São sempre bons e divertidos momentos dentro deste blogue, e já já já a terceira só para vocês, leitores do LBD!
:D
Reflexões e Refracções III: Bangalla, o Reino do Fantasma
De volta com mais um olhar num tema específico dentro de uma história de banda desenhada. Desta vez, passamos para o Fantasma, criado pelo cartunista Lee Falk em 1936 e ainda hoje publicado, 13 anos depois da morte do seu criador. O Fantasma é dos últimos heróis colonialistas ainda em actividade, numa era em que o conceito do herói branco que vem da civilização para salvar os ‘nativos’ na própria terra destes não é apenas ofensivo, é mesmo racista. No entanto, aqui ainda parece funcionar.

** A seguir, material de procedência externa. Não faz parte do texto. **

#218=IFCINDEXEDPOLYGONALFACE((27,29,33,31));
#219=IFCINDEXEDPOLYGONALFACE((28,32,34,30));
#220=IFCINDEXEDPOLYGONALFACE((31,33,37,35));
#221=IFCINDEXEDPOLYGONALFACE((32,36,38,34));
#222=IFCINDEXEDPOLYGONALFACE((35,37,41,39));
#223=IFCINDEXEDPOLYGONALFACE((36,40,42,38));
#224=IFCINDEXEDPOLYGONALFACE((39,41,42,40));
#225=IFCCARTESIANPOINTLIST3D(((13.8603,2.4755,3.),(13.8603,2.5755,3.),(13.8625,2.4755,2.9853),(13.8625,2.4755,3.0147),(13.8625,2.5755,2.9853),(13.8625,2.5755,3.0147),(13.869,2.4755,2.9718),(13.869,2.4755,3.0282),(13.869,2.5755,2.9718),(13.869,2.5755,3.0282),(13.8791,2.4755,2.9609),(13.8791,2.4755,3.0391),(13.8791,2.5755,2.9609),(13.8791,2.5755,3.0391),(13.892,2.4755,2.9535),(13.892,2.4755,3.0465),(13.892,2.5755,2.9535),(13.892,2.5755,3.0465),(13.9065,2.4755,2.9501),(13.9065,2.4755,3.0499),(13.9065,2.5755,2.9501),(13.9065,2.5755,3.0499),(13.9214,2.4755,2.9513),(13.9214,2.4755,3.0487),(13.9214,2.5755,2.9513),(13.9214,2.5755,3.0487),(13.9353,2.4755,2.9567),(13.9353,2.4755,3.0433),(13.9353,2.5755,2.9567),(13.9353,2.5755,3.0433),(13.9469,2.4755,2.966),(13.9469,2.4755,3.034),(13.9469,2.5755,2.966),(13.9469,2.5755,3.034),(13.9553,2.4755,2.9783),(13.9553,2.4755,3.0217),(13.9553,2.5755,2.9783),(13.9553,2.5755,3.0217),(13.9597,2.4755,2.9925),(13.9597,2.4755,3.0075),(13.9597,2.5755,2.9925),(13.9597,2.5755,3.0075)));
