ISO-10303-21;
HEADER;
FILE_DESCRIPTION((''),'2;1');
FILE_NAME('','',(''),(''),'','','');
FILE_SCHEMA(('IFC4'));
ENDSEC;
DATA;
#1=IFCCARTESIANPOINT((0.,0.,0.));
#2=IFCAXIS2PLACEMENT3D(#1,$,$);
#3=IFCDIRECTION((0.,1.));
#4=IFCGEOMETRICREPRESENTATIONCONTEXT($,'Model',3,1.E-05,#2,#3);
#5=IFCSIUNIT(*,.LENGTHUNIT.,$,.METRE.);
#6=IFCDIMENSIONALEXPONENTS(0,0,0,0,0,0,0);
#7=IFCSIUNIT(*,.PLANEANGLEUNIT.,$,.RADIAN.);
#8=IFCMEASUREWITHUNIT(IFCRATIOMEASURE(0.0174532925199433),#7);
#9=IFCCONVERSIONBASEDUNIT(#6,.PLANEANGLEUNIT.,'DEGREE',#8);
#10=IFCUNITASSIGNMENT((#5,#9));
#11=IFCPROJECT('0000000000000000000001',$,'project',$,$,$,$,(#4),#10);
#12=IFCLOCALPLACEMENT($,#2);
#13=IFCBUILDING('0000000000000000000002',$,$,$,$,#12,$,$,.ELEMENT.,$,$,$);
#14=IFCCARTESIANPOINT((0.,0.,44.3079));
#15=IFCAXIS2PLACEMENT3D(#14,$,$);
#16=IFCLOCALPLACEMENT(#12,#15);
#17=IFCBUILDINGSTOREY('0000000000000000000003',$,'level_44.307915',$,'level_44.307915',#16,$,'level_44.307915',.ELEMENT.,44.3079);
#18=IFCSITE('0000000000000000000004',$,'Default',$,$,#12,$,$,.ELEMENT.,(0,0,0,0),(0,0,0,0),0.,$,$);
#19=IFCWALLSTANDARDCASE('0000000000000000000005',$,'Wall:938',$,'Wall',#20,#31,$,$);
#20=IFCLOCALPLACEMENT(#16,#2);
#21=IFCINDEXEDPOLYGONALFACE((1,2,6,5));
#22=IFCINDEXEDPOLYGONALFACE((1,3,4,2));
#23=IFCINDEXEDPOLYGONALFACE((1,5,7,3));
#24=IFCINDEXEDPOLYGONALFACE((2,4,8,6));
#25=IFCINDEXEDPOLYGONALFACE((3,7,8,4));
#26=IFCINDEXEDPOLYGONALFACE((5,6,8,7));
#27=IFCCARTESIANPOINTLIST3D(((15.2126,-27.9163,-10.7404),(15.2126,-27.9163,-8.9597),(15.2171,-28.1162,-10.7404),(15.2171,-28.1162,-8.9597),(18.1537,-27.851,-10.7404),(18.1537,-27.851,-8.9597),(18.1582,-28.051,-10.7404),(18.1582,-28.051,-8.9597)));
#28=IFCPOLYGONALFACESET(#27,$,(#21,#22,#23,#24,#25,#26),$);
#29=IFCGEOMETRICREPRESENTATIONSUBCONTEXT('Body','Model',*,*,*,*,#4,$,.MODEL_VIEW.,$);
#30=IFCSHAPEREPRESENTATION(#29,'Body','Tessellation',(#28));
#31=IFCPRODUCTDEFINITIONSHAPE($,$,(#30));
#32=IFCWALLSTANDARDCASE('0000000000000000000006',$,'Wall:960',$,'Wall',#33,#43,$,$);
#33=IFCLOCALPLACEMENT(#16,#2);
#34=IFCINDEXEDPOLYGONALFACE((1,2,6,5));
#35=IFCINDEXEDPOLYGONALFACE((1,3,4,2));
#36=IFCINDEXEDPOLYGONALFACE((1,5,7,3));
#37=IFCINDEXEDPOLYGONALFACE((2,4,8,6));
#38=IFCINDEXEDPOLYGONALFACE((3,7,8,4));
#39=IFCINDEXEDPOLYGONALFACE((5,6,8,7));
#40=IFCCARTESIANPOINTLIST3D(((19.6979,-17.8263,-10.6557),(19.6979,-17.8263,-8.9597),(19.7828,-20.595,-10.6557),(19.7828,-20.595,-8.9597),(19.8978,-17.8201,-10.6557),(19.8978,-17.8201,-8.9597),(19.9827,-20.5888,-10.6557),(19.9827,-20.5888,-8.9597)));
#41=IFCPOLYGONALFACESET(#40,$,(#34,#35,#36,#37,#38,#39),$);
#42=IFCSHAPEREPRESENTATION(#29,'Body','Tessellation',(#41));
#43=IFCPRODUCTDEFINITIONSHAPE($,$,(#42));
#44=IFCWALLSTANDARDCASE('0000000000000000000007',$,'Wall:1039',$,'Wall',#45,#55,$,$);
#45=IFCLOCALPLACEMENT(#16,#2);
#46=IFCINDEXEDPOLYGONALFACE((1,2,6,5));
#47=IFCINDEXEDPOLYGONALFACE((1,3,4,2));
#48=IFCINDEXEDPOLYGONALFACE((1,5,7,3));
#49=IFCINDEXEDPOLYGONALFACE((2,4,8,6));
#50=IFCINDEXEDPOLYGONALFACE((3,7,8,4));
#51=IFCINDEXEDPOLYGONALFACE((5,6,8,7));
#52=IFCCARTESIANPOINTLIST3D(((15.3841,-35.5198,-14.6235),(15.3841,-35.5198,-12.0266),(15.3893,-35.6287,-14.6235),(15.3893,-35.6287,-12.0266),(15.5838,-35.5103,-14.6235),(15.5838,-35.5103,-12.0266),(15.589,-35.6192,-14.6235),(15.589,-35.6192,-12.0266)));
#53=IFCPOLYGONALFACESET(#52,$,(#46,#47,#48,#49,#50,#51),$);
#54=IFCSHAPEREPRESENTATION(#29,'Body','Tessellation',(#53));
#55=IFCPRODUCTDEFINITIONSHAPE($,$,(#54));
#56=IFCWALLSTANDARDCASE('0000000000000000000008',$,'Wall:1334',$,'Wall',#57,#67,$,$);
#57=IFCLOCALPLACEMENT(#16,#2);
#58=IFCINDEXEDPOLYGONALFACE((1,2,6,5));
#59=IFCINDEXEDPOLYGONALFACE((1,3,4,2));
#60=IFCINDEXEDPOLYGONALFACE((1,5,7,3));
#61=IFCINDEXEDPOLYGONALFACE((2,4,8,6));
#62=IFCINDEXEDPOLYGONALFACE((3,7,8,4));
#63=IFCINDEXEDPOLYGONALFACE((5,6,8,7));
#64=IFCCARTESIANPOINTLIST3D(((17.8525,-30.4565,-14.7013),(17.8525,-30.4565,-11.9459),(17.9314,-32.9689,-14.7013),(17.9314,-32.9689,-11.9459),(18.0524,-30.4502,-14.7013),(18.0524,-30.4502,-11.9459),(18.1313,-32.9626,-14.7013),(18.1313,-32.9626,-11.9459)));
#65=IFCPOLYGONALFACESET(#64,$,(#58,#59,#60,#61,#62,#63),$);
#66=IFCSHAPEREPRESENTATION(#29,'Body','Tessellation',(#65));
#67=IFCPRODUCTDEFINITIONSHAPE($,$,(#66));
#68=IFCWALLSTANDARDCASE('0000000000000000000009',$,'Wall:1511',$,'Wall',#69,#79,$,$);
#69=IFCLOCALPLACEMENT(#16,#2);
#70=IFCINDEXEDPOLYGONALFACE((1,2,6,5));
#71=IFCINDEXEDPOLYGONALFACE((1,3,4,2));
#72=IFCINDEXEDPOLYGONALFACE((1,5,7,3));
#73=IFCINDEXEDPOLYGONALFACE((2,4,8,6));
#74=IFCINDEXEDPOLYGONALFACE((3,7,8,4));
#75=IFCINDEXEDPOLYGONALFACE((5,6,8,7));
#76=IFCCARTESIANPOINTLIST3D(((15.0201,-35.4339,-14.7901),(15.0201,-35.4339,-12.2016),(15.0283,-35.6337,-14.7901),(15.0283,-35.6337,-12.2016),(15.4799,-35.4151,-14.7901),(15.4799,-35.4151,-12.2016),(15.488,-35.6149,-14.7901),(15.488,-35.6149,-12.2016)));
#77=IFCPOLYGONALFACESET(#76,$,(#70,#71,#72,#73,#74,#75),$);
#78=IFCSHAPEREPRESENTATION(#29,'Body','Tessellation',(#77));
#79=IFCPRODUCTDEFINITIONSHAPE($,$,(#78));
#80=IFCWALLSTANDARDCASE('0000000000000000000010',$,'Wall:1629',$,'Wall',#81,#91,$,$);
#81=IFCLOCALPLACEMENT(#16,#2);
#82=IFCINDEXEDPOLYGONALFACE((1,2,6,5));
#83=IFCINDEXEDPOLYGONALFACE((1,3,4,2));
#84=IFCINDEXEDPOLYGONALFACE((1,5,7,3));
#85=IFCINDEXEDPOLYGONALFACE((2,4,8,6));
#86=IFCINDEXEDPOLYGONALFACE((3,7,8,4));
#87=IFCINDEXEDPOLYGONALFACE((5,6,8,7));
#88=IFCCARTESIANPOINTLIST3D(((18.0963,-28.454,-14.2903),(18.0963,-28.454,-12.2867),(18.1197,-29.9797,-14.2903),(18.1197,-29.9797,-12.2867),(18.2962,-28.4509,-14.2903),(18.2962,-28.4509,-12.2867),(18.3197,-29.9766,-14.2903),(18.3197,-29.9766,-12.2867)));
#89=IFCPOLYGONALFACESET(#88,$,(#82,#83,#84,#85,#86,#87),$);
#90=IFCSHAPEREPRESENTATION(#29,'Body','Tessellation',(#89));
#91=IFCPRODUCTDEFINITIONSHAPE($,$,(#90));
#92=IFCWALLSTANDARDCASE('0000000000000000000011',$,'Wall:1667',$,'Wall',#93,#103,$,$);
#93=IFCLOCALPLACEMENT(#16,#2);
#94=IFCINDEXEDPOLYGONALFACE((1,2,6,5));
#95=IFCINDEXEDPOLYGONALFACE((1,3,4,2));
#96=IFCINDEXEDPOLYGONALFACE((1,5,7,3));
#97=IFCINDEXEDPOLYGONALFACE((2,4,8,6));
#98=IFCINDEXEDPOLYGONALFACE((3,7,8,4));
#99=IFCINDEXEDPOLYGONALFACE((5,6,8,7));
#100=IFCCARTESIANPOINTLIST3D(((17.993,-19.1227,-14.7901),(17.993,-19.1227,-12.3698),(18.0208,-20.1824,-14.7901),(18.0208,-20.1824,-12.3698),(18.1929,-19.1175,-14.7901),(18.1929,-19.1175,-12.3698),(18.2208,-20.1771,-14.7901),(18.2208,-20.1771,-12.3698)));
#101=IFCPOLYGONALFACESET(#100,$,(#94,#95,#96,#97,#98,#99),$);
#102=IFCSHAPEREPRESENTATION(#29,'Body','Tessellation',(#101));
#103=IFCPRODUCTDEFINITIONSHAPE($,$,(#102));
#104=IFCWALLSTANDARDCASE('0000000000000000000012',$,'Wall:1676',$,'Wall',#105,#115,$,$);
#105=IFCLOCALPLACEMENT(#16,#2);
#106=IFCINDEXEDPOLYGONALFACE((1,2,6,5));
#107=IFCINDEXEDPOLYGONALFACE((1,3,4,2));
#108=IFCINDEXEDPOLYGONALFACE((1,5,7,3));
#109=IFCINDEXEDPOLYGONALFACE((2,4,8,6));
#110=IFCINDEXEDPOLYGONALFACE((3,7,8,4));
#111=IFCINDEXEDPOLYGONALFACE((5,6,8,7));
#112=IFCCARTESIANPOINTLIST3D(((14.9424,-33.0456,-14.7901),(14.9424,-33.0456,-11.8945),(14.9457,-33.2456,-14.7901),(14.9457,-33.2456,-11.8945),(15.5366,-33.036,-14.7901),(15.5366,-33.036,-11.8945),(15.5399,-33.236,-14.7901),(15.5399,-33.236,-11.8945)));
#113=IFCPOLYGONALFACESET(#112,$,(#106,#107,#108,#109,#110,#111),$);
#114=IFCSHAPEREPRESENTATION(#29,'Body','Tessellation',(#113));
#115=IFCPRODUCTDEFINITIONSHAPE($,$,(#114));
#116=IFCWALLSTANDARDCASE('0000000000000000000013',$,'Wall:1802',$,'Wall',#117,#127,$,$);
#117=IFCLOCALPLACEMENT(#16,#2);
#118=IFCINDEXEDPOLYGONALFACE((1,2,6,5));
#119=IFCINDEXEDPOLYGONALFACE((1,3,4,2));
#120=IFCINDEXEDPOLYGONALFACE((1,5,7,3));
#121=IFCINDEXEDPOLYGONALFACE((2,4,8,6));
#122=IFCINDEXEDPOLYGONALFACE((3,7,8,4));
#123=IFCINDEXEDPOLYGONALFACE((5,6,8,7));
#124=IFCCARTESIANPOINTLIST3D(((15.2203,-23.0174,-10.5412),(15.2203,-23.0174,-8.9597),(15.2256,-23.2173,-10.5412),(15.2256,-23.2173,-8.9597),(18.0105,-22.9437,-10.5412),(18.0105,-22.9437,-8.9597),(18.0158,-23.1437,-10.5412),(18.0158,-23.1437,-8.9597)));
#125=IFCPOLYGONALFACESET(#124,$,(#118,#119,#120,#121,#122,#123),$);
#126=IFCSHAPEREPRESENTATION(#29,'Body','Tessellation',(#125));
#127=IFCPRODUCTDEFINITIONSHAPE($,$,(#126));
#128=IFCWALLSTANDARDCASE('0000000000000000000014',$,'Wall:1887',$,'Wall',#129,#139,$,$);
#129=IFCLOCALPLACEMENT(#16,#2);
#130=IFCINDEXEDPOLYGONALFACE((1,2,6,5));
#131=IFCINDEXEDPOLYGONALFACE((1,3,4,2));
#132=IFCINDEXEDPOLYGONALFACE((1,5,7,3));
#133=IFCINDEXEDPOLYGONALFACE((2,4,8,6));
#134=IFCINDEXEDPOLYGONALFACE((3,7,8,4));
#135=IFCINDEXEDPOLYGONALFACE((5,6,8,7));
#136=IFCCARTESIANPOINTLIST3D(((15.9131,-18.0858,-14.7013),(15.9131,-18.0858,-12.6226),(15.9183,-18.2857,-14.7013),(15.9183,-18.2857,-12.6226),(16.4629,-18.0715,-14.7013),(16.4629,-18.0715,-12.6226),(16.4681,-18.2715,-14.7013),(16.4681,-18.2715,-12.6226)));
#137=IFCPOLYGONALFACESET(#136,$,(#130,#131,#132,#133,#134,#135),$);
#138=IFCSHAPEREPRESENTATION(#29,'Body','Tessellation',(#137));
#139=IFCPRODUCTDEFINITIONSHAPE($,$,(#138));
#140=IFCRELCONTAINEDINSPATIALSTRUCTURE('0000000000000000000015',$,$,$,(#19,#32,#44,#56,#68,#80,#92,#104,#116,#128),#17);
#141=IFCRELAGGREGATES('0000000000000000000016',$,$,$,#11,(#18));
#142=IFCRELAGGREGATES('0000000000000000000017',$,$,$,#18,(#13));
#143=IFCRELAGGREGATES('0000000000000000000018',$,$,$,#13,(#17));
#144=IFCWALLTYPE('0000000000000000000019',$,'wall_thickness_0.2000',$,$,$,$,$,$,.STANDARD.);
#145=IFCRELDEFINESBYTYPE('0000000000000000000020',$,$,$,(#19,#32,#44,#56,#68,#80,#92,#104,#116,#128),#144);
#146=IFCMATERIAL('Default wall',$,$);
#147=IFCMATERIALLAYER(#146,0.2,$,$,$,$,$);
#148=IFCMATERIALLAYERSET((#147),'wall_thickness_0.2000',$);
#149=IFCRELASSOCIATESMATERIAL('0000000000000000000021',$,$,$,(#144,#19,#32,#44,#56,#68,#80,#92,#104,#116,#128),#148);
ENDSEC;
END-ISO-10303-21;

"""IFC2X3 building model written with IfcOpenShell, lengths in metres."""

from ifc_helpers import new_model, entity, si_unit, converted_unit, direction, frame, origin, place, context, subcontext, project, spatial, polyline, outline, extrude, material, layer, layer_set, layer_usage, type_object, element, save


model = new_model("IFC2X3")

# Units and contexts
model_context = context("Model", 3, precision=1e-05, world=origin(), true_north=direction((0.0, 1.0)))
body_context = subcontext(model_context, "Body", "Model", "MODEL_VIEW")
ifc_project = project(units=[si_unit("LENGTHUNIT", "METRE"), converted_unit("PLANEANGLEUNIT", "DEGREE", entity("IfcRatioMeasure", 0.0174532925199433), si_unit("PLANEANGLEUNIT", "RADIAN"), dimensions=[0, 0, 0, 0, 0, 0, 0])], contexts=[model_context])

# Site, building, storey
placement_1 = place(None, origin())
site = spatial("IfcSite", under=ifc_project, at=placement_1, Name="Default", CompositionType="ELEMENT", RefLatitude=(0, 0, 0, 0), RefLongitude=(0, 0, 0, 0), RefElevation=0.0)
building = spatial("IfcBuilding", under=site, at=placement_1, CompositionType="ELEMENT")
storey_placement = place(placement_1, frame((0.0, 0.0, 44.3079)))
storey = spatial("IfcBuildingStorey", under=building, at=storey_placement, Name="level_44.307915", ObjectType="level_44.307915", LongName="level_44.307915", CompositionType="ELEMENT", Elevation=44.3079)

# Shared definitions
ifc_material_1 = material(Name="Default wall")
ifc_layer = layer(ifc_material_1, 0.2)
ifc_layer_set = layer_set([ifc_layer], Name="wall_thickness_0.2000")
ifc_layer_usage = layer_usage(ifc_layer_set, "AXIS2", "POSITIVE", -0.1)
wall_type = type_object("IfcWallType", Name="wall_thickness_0.2000", PredefinedType="STANDARD", material=ifc_layer_set)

Ambientada no país fictício de Bangalla, que no início da história ficava algures na Índia, a história do Fantasma logo se estabeleceu em África. Como é costume nos países que só existem em histórias, não se sabe exactamente qual é a extensão de Bangalla, sendo que qualquer pessoa com um conhecimento mínimo de geopolítica sabe que é impossível colocar estes países num mapa sem roubar espaço a outros. Geralmente, estes países são micronações, mas a quantidade de selva inexplorada dá a ideia que Bangalla tem uma extensão considerável.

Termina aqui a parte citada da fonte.